Much like the mantra “the right language for the job”, I suspect there is a similar truth in “the right style of specification for the job.” But even further than that, I claim that looking at the same domain from different perspectives deepens your understanding of the domain itself. When using semantics, one includes some details and excludes others: as programmers we do this all the time—it’s critical for working on a system of any sort of complexity. When building semantics, the differences between our semantics give vital hints about the abstraction boundaries and potential inconsistencies in our original goals.

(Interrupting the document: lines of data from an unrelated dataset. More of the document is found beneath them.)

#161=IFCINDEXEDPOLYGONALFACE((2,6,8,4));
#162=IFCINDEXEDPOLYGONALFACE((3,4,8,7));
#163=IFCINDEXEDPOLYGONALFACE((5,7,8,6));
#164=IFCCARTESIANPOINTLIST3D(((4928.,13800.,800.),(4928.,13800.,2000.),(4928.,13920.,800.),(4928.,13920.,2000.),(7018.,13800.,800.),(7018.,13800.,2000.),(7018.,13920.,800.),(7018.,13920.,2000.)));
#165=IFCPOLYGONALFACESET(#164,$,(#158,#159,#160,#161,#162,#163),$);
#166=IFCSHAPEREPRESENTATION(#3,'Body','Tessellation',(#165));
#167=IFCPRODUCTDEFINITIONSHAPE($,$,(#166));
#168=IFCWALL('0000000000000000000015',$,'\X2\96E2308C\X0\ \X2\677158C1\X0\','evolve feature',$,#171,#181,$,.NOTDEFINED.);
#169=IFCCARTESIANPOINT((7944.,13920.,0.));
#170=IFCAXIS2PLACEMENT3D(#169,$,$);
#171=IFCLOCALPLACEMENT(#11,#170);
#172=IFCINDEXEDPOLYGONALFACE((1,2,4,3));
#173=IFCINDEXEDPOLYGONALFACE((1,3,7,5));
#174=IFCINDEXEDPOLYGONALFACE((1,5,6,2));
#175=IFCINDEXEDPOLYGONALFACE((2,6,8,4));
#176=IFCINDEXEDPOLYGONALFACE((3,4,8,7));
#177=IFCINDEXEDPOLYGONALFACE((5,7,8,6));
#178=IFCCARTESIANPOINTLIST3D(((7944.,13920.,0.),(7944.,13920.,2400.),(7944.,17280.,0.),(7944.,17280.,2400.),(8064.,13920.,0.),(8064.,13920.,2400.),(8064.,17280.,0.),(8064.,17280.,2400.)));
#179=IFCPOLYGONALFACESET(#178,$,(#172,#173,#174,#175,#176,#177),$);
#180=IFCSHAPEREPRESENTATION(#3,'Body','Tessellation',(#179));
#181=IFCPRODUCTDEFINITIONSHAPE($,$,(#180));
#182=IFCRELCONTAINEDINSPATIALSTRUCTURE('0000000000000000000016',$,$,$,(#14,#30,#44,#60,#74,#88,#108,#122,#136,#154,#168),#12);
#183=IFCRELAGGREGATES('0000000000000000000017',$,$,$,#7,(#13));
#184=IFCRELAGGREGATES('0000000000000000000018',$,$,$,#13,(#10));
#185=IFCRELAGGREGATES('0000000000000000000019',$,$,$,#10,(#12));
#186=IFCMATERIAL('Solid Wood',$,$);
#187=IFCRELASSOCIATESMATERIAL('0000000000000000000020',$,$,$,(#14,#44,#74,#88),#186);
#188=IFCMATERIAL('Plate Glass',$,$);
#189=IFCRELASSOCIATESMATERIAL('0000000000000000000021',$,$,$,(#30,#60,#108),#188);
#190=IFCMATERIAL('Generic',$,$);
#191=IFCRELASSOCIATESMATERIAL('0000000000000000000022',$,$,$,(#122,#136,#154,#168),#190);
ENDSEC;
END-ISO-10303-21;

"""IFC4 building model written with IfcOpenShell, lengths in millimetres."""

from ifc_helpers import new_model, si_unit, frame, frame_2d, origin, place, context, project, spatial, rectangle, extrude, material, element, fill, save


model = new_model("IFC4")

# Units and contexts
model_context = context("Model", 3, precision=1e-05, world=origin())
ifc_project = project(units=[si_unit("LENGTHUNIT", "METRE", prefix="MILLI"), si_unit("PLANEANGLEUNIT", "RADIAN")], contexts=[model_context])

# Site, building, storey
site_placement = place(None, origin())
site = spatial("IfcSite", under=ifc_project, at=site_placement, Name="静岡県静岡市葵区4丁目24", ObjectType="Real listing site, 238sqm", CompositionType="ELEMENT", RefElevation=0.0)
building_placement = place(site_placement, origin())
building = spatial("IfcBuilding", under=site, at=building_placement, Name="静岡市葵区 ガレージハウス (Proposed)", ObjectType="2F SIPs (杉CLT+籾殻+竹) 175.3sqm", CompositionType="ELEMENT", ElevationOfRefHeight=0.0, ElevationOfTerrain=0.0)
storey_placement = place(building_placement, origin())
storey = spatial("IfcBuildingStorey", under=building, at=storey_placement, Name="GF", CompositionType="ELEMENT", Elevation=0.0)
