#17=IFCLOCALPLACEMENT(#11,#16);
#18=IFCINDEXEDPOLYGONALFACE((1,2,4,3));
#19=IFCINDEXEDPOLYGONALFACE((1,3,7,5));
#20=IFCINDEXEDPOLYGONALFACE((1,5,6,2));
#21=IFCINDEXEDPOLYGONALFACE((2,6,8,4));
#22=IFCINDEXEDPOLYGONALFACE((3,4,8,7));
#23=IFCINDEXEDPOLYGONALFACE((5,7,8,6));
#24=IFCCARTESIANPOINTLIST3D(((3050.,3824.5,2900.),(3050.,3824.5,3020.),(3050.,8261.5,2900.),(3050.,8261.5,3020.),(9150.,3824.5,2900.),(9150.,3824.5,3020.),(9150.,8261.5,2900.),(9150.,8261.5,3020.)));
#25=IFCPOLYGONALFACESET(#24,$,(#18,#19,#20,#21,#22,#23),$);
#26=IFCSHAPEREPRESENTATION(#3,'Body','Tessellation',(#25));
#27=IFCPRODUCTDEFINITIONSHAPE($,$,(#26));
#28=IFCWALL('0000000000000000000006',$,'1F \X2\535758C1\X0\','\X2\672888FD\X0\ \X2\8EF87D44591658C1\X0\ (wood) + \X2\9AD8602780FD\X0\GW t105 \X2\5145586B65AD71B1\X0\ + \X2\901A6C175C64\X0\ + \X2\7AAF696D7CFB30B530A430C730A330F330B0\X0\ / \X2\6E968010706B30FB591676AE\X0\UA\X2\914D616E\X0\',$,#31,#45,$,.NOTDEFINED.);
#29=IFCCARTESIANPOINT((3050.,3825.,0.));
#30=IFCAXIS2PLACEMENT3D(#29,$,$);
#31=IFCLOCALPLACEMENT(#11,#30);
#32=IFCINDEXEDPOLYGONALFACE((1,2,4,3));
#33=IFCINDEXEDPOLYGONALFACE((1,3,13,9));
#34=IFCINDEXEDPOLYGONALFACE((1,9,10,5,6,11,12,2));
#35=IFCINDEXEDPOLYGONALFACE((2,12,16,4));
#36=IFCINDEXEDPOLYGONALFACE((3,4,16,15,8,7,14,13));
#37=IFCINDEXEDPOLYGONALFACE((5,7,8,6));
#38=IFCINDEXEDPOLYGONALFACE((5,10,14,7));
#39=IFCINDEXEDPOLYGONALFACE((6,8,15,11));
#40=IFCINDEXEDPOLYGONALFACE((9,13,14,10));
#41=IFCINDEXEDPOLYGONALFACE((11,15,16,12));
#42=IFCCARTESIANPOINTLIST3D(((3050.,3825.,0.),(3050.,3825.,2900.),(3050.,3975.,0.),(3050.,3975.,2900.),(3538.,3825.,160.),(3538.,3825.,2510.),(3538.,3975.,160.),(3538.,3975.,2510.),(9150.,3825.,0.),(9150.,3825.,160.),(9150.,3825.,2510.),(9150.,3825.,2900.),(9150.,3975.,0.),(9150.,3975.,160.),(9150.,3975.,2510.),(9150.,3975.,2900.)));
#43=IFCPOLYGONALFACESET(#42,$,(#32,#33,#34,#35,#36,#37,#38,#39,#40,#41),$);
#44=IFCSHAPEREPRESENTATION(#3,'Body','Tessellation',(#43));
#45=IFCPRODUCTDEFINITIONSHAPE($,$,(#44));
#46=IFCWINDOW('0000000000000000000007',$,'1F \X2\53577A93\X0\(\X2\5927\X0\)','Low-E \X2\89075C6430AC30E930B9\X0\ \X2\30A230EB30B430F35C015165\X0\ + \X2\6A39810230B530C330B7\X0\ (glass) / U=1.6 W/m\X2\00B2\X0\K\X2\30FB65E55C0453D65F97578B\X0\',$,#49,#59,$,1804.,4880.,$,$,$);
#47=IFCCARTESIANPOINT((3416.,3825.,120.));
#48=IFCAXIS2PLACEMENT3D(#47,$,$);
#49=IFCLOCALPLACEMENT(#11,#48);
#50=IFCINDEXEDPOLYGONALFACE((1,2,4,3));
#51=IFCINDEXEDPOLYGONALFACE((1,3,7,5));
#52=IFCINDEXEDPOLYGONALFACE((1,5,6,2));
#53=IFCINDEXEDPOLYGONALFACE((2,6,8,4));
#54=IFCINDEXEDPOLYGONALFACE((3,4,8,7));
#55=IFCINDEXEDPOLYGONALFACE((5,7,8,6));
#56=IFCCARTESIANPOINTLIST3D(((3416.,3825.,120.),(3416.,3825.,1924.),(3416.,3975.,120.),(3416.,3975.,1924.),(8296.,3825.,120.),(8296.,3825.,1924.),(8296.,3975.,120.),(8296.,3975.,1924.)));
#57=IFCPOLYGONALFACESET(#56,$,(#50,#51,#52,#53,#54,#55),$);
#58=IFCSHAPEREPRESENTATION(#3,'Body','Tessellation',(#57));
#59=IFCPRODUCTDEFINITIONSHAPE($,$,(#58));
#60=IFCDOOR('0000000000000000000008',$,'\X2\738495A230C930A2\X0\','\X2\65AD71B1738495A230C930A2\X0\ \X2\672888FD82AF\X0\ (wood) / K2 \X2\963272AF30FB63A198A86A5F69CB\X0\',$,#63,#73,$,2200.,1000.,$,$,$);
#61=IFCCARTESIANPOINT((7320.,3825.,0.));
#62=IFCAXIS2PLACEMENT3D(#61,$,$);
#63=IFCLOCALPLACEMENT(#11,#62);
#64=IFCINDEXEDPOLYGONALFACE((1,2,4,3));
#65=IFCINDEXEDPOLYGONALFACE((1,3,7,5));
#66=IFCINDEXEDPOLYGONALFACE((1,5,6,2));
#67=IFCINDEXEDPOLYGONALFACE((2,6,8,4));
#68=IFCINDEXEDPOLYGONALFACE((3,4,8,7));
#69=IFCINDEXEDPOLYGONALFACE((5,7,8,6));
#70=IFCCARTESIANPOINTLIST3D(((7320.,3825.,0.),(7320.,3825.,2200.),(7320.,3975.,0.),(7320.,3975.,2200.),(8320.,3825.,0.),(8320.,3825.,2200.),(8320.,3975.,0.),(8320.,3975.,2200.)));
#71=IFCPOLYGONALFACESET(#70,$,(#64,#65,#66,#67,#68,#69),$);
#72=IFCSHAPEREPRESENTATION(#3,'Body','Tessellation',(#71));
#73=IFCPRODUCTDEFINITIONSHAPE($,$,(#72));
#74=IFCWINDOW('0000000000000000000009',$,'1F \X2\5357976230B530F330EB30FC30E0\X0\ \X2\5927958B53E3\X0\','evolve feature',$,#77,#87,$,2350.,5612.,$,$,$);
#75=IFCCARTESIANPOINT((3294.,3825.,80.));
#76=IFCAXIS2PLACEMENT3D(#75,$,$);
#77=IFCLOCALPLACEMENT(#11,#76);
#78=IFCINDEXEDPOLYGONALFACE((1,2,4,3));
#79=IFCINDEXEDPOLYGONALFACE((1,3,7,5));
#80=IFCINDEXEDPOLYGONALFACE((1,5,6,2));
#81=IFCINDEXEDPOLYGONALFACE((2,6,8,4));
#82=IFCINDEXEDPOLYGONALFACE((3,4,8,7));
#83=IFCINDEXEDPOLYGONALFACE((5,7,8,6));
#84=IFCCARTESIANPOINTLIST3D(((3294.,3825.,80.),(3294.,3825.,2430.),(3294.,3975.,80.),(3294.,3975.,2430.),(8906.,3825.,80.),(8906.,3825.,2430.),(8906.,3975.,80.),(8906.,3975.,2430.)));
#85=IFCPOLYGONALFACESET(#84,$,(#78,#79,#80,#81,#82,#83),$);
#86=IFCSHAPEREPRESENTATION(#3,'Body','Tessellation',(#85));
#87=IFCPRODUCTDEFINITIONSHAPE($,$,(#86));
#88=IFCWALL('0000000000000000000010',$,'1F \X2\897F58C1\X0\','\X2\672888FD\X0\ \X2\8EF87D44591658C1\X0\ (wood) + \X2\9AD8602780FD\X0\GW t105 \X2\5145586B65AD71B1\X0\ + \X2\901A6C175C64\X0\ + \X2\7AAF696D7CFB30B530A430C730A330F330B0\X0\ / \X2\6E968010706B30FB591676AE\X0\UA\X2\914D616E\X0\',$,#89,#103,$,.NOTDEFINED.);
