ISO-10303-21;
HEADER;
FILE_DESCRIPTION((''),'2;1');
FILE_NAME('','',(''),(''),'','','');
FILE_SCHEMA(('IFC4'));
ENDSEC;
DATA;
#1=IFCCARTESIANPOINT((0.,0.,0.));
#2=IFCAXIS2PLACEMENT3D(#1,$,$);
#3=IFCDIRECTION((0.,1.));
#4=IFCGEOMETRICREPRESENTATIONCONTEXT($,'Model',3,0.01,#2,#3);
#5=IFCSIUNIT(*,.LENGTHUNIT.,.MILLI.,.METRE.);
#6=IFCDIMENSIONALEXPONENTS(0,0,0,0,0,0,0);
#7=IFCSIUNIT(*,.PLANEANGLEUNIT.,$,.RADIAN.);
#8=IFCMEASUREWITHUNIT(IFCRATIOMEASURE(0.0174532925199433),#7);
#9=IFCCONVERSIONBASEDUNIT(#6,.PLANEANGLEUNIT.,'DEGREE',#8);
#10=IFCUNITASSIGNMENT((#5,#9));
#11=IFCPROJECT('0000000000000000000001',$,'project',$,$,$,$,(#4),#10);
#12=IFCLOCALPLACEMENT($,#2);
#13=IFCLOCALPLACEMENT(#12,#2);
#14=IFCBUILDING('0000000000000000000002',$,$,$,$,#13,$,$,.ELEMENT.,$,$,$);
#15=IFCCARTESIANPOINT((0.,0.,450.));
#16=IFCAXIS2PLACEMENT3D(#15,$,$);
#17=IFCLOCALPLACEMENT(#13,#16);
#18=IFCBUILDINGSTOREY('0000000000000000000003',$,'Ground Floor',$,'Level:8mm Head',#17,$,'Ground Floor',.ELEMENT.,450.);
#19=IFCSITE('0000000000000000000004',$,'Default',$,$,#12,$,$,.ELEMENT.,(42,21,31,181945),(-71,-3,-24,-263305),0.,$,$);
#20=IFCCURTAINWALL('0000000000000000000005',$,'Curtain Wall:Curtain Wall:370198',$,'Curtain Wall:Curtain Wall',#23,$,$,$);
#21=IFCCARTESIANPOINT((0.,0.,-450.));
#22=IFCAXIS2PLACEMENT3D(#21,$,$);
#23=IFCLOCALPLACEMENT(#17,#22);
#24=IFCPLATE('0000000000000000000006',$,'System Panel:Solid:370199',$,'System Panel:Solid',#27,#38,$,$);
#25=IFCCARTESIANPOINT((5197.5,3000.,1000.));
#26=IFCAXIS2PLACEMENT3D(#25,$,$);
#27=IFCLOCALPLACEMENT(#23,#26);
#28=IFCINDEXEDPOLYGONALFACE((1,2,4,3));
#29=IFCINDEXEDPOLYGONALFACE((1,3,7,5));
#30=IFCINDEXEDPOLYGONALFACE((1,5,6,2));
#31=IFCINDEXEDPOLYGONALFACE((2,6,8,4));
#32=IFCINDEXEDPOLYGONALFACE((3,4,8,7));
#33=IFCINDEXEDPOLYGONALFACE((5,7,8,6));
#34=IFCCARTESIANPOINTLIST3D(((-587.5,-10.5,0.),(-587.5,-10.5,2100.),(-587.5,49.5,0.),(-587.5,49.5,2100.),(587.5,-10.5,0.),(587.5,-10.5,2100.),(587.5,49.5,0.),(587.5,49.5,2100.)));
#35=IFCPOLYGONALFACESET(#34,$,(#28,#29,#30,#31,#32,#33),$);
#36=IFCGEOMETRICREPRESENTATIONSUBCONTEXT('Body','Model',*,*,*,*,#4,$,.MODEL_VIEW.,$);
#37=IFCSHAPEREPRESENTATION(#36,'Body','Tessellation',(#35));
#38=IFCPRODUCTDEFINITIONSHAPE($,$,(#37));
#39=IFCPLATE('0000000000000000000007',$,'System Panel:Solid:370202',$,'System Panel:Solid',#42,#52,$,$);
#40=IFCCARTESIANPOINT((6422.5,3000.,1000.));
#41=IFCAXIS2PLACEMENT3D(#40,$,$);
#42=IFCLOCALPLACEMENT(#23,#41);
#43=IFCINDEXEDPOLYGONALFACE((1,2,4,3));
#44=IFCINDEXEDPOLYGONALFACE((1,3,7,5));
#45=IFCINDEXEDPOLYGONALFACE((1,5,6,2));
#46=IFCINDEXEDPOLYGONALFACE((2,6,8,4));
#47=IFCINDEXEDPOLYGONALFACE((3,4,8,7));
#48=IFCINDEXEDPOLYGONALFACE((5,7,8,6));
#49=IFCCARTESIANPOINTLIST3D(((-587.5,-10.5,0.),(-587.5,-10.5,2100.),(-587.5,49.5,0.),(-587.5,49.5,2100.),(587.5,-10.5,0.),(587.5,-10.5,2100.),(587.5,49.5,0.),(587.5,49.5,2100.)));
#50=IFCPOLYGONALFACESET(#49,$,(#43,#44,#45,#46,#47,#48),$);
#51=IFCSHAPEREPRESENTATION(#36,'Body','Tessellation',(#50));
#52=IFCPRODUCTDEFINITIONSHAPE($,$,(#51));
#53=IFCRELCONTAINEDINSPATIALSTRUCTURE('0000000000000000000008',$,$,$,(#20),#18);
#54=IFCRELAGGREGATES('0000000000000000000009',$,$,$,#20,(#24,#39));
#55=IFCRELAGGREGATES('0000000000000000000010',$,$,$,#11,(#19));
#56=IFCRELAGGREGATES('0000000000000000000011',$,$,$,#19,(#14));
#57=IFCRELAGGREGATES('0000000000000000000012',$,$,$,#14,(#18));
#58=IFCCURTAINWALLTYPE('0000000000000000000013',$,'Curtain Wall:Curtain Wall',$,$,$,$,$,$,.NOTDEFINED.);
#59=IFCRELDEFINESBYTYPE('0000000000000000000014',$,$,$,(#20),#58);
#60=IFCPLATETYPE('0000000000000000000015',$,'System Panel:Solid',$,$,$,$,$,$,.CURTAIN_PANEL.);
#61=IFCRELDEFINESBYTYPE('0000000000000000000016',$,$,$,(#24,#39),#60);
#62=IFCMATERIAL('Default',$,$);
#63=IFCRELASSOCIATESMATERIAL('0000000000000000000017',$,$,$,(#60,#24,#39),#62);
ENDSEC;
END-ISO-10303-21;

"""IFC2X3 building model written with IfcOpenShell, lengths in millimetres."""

from ifc_helpers import new_model, entity, si_unit, converted_unit, direction, frame, origin, origin_2d_with_axis, place, context, subcontext, project, spatial, rectangle, extrude, source, transform, mapped, material, type_object, type_shapes, element, aggregate, save


model = new_model("IFC2X3")

# Units and contexts
model_context = context("Model", 3, precision=0.01, world=origin(), true_north=direction((0.0, 1.0)))
body_context = subcontext(model_context, "Body", "Model", "MODEL_VIEW")
ifc_project = project(units=[si_unit("LENGTHUNIT", "METRE", prefix="MILLI"), converted_unit("PLANEANGLEUNIT", "DEGREE", entity("IfcRatioMeasure", 0.0174532925199433), si_unit("PLANEANGLEUNIT", "RADIAN"), dimensions=[0, 0, 0, 0, 0, 0, 0])], contexts=[model_context])

# Site, building, storey
site_placement = place(None, origin())
site = spatial("IfcSite", under=ifc_project, at=site_placement, Name="Default", CompositionType="ELEMENT", RefLatitude=(42, 21, 31, 181945), RefLongitude=(-71, -3, -24, -263305), RefElevation=0.0)
building_placement = place(site_placement, origin())
building = spatial("IfcBuilding", under=site, at=building_placement, CompositionType="ELEMENT")
storey_placement = place(building_placement, frame((0.0, 0.0, 450.0)))
storey = spatial("IfcBuildingStorey", under=building, at=storey_placement, Name="Ground Floor", ObjectType="Level:8mm Head", LongName="Ground Floor", CompositionType="ELEMENT", Elevation=450.0)

# Curtain wall
curtain_wall_type = type_object("IfcCurtainWallType", Name="Curtain Wall:Curtain Wall", PredefinedType="NOTDEFINED")
curtain_wall_placement = place(storey_placement, frame((0.0, 0.0, -450.0)))
curtain_wall = element("IfcCurtainWall", 1, at=curtain_wall_placement, inside=storey, type_object=curtain_wall_type, Name="Curtain Wall:Curtain Wall:370198", ObjectType="Curtain Wall:Curtain Wall")

# Plates
ifc_material_1 = material(Name="Default")
plate_type = type_object("IfcPlateType", Name="System Panel:Solid", PredefinedType="CURTAIN_PANEL", material=ifc_material_1)
shared_shape_1 = source(origin(), body_context, "Body", "SweptSolid", [
    extrude(rectangle(XDim=60.0, YDim=1175.0, at=origin_2d_with_axis()), frame((0.0, 19.5, 0.0), z_axis=(0.0, 0.0, 1.0), x_axis=(0.0, 1.0, 0.0)), (0.0, 0.0, 1.0), 2100.0),
])
type_shapes(plate_type, [shared_shape_1])
plate_1_placement = place(curtain_wall_placement, frame((5197.5, 3000.0, 1000.0)))
plate_1 = element("IfcPlate", 2, at=plate_1_placement, type_object=plate_type, material=ifc_material_1, Name="System Panel:Solid:370199", ObjectType="System Panel:Solid", context=body_context, shape_type="MappedRepresentation", body=[
    mapped(shared_shape_1, transform((0.0, 0.0, 0.0), scale=1.0)),
])
plate_2_placement = place(curtain_wall_placement, frame((6422.5, 3000.0, 1000.0)))
plate_2 = element("IfcPlate", 3, at=plate_2_placement, type_object=plate_type, material=ifc_material_1, Name="System Panel:Solid:370202", ObjectType="System Panel:Solid", context=body_context, shape_type="MappedRepresentation", body=[
    mapped(shared_shape_1, transform((0.0, 0.0, 0.0), scale=1.0)),
])
aggregate(curtain_wall, [plate_1, plate_2])

save(model, "model.ifc")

There is one notable downside to a lot of different paradigms for thinking about computation: you have to learn all of them! Axiomatic semantics recall the symbolic manipulation you might remember from High School maths: mechanical and not very interesting. Denotational semantics requires a bit of explaining before you can get the right intuition for it. Game semantics as “conversations” seems rather intuitive (to me) but there are a number of important details that are best resolved with some formality. Of course, we can always fall back to speaking operationally, but it is an approach that doesn’t scale for large systems (“read the source”).